Stored data

[Start of section]

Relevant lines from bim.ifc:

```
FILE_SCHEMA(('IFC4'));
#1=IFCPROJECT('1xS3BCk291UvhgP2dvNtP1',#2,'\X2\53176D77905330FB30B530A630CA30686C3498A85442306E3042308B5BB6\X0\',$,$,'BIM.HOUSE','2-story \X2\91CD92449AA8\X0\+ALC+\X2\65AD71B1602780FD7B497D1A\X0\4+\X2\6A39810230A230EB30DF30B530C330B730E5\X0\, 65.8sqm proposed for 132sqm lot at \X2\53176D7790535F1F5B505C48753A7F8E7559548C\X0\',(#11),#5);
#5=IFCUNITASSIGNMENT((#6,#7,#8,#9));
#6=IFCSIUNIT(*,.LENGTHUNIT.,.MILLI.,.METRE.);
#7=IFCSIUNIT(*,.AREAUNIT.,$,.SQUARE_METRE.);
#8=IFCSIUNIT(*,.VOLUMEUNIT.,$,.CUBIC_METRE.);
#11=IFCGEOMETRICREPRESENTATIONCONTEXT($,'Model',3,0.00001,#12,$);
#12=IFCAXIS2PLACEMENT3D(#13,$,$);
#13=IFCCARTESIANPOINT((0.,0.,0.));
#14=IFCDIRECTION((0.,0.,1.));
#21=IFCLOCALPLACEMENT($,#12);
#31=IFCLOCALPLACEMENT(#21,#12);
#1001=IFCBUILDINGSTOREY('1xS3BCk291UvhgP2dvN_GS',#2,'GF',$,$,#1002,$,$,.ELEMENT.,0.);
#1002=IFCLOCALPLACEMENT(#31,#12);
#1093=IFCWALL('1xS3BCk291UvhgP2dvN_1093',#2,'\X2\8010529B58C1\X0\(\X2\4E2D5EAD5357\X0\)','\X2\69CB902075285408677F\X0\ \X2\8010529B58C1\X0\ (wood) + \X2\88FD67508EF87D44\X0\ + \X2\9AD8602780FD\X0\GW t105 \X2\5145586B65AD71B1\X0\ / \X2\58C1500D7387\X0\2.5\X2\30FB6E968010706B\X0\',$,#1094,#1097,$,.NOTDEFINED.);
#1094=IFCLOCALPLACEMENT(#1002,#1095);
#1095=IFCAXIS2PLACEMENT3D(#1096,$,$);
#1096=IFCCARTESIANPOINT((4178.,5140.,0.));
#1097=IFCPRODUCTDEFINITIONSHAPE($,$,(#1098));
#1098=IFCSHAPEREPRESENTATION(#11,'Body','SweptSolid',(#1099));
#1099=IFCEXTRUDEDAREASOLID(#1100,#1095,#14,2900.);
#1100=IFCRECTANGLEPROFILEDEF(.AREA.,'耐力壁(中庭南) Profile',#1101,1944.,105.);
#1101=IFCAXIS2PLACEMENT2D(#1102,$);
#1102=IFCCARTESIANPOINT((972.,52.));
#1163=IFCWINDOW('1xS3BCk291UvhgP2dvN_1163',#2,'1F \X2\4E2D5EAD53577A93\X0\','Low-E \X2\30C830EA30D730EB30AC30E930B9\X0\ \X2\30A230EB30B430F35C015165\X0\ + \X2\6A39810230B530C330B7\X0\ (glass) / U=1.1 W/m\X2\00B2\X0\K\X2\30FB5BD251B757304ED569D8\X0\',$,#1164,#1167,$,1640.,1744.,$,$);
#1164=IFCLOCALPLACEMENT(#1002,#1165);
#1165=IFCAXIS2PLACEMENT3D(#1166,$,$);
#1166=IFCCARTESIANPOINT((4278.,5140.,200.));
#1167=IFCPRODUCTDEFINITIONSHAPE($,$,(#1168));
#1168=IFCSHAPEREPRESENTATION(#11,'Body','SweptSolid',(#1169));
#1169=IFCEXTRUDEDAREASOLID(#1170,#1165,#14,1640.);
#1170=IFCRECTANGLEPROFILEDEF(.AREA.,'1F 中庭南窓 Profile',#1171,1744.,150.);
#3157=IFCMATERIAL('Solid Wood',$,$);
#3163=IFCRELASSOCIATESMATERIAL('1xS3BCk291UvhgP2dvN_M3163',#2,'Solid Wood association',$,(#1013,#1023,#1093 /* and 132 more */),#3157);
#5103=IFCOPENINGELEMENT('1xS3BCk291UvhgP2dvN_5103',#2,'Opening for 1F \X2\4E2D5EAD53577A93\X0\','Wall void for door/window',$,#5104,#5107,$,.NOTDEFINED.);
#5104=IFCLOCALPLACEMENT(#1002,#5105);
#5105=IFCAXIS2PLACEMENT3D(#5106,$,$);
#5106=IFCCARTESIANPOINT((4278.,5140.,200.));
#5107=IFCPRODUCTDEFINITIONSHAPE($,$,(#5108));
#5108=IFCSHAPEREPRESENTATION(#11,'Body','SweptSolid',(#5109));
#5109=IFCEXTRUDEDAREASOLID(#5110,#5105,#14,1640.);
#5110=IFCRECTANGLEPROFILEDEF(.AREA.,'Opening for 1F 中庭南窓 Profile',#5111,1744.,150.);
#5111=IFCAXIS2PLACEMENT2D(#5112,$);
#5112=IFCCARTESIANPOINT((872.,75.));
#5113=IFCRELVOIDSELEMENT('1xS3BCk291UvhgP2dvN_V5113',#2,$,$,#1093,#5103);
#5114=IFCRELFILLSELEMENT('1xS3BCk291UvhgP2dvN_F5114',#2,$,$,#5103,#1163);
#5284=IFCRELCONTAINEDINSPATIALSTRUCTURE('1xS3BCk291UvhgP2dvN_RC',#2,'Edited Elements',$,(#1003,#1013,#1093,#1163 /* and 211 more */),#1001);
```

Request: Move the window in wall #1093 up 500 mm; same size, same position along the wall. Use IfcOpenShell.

```python
import numpy as np
import ifcopenshell
import ifcopenshell.api.geometry
import ifcopenshell.util.placement
import ifcopenshell.util.unit

model = ifcopenshell.open("bim.ifc")
unit_scale = ifcopenshell.util.unit.calculate_unit_scale(model)

window = model.by_guid("1xS3BCk291UvhgP2dvN_1163")
opening = window.FillsVoids[0].RelatingOpeningElement
dz = 500.0

shift = np.array([0.0, 0.0, dz])
# The window is not placed relative to its opening, so move both.
for product in (opening, window):
    matrix = ifcopenshell.util.placement.get_local_placement(product.ObjectPlacement)
    matrix[:3, 3] += shift
    ifcopenshell.api.geometry.edit_object_placement(model, product=product, matrix=matrix, is_si=False)

print(f"moved by {dz * unit_scale:+.3f} m")

model.write("bim-out.ifc")
```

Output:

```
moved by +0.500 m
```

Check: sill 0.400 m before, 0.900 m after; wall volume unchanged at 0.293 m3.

[End of section]

Word for word, write out every entry shown above.

Relevant lines from bim.ifc:

```
FILE_SCHEMA(('IFC4'));
#1=IFCPROJECT('1xS3BCk291UvhgP2dvNtP1',#2,'\X2\53176D77905330FB30B530A630CA30686C3498A85442306E3042308B5BB6\X0\',$,$,'BIM.HOUSE','2-story \X2\91CD92449AA8\X0\+ALC+\X2\65AD71B1602780FD7B497D1A\X0\4+\X2\6A39810230A230EB30DF30B530C330B730E5\X0\, 65.8sqm proposed for 132sqm lot at \X2\53176D7790535F1F5B505C48753A7F8E7559548C\X0\',(#11),#5);
#5=IFCUNITASSIGNMENT((#6,#7,#8,#9));
#6=IFCSIUNIT(*,.LENGTHUNIT.,.MILLI.,.METRE.);
#7=IFCSIUNIT(*,.AREAUNIT.,$,.SQUARE_METRE.);
#8=IFCSIUNIT(*,.VOLUMEUNIT.,$,.CUBIC_METRE.);
#11=IFCGEOMETRICREPRESENTATIONCONTEXT($,'Model',3,0.00001,#12,$);
#12=IFCAXIS2PLACEMENT3D(#13,$,$);
#13=IFCCARTESIANPOINT((0.,0.,0.));
#14=IFCDIRECTION((0.,0.,1.));
#21=IFCLOCALPLACEMENT($,#12);
#31=IFCLOCALPLACEMENT(#21,#12);
#1001=IFCBUILDINGSTOREY('1xS3BCk291UvhgP2dvN_GS',#2,'GF',$,$,#1002,$,$,.ELEMENT.,0.);
#1002=IFCLOCALPLACEMENT(#31,#12);
#1093=IFCWALL('1xS3BCk291UvhgP2dvN_1093',#2,'\X2\8010529B58C1\X0\(\X2\4E2D5EAD5357\X0\)','\X2\69CB902075285408677F\X0\ \X2\8010529B58C1\X0\ (wood) + \X2\88FD67508EF87D44\X0\ + \X2\9AD8602780FD\X0\GW t105 \X2\5145586B65AD71B1\X0\ / \X2\58C1500D7387\X0\2.5\X2\30FB6E968010706B\X0\',$,#1094,#1097,$,.NOTDEFINED.);
#1094=IFCLOCALPLACEMENT(#1002,#1095);
#1095=IFCAXIS2PLACEMENT3D(#1096,$,$);
#1096=IFCCARTESIANPOINT((4178.,5140.,0.));
#1097=IFCPRODUCTDEFINITIONSHAPE($,$,(#1098));
#1098=IFCSHAPEREPRESENTATION(#11,'Body','SweptSolid',(#1099));
#1099=IFCEXTRUDEDAREASOLID(#1100,#1095,#14,2900.);
#1100=IFCRECTANGLEPROFILEDEF(.AREA.,'耐力壁(中庭南) Profile',#1101,1944.,105.);
#1101=IFCAXIS2PLACEMENT2D(#1102,$);
#1102=IFCCARTESIANPOINT((972.,52.));
#1163=IFCWINDOW('1xS3BCk291UvhgP2dvN_1163',#2,'1F \X2\4E2D5EAD53577A93\X0\','Low-E \X2\30C830EA30D730EB30AC30E930B9\X0\ \X2\30A230EB30B430F35C015165\X0\ + \X2\6A39810230B530C330B7\X0\ (glass) / U=1.1 W/m\X2\00B2\X0\K\X2\30FB5BD251B757304ED569D8\X0\',$,#1164,#1167,$,1640.,1744.,$,$);
#1164=IFCLOCALPLACEMENT(#1002,#1165);
#1165=IFCAXIS2PLACEMENT3D(#1166,$,$);
#1166=IFCCARTESIANPOINT((4278.,5140.,200.));
#1167=IFCPRODUCTDEFINITIONSHAPE($,$,(#1168));
#1168=IFCSHAPEREPRESENTATION(#11,'Body','SweptSolid',(#1169));
#1169=IFCEXTRUDEDAREASOLID(#1170,#1165,#14,1640.);
#1170=IFCRECTANGLEPROFILEDEF(.AREA.,'1F 中庭南窓 Profile',#1171,1744.,150.);
#3157=IFCMATERIAL('Solid Wood',$,$);
#3163=IFCRELASSOCIATESMATERIAL('1xS3BCk291UvhgP2dvN_M3163',#2,'Solid Wood association',$,(#1013,#1023,#1093 /* and 132 more */),#3157);
#5103=IFCOPENINGELEMENT('1xS3BCk291UvhgP2dvN_5103',#2,'Opening for 1F \X2\4E2D5EAD53577A93\X0\','Wall void for door/window',$,#5104,#5107,$,.NOTDEFINED.);
#5104=IFCLOCALPLACEMENT(#1002,#5105);
#5105=IFCAXIS2PLACEMENT3D(#5106,$,$);
#5106=IFCCARTESIANPOINT((4278.,5140.,200.));
#5107=IFCPRODUCTDEFINITIONSHAPE($,$,(#5108));
#5108=IFCSHAPEREPRESENTATION(#11,'Body','SweptSolid',(#5109));
#5109=IFCEXTRUDEDAREASOLID(#5110,#5105,#14,1640.);
#5110=IFCRECTANGLEPROFILEDEF(.AREA.,'Opening for 1F 中庭南窓 Profile',#5111,1744.,150.);
#5111=IFCAXIS2PLACEMENT2D(#5112,$);
#5112=IFCCARTESIANPOINT((872.,75.));
#5113=IFCRELVOIDSELEMENT('1xS3BCk291UvhgP2dvN_V5113',#2,$,$,#1093,#5103);
#5114=IFCRELFILLSELEMENT('1xS3BCk291UvhgP2dvN_F5114',#2,$,$,#5103,#1163);
#5284=IFCRELCONTAINEDINSPATIALSTRUCTURE('1xS3BCk291UvhgP2dvN_RC',#2,'Edited Elements',$,(#1003,#1013,#1093,#1163 /* and 211 more */),#1001);
```

Request: Move the window in wall #1093 up 500 mm; same size, same position along the wall. Use IfcOpenShell.

```python
import numpy as np
import ifcopenshell
import ifcopenshell.api.geometry
import ifcopenshell.util.placement
import ifcopenshell.util.unit

model = ifcopenshell.open("bim.ifc")
unit_scale = ifcopenshell.util.unit.calculate_unit_scale(model)

window = model.by_guid("1xS3BCk291UvhgP2dvN_1163")
opening = window.FillsVoids[0].RelatingOpeningElement
dz = 500.0

shift = np.array([0.0, 0.0, dz])
# The window is not placed relative to its opening, so move both.
for product in (opening, window):
    matrix = ifcopenshell.util.placement.get_local_placement(product.ObjectPlacement)
    matrix[:3, 3] += shift
    ifcopenshell.api.geometry.edit_object_placement(model, product=product, matrix=matrix, is_si=False)

print(f"moved by {dz * unit_scale:+.3f} m")

model.write("bim-out.ifc")
```

Output:

```
moved by +0.500 m
```

Check: sill 0.400 m before, 0.900 m after; wall volume unchanged at 0.293 m3.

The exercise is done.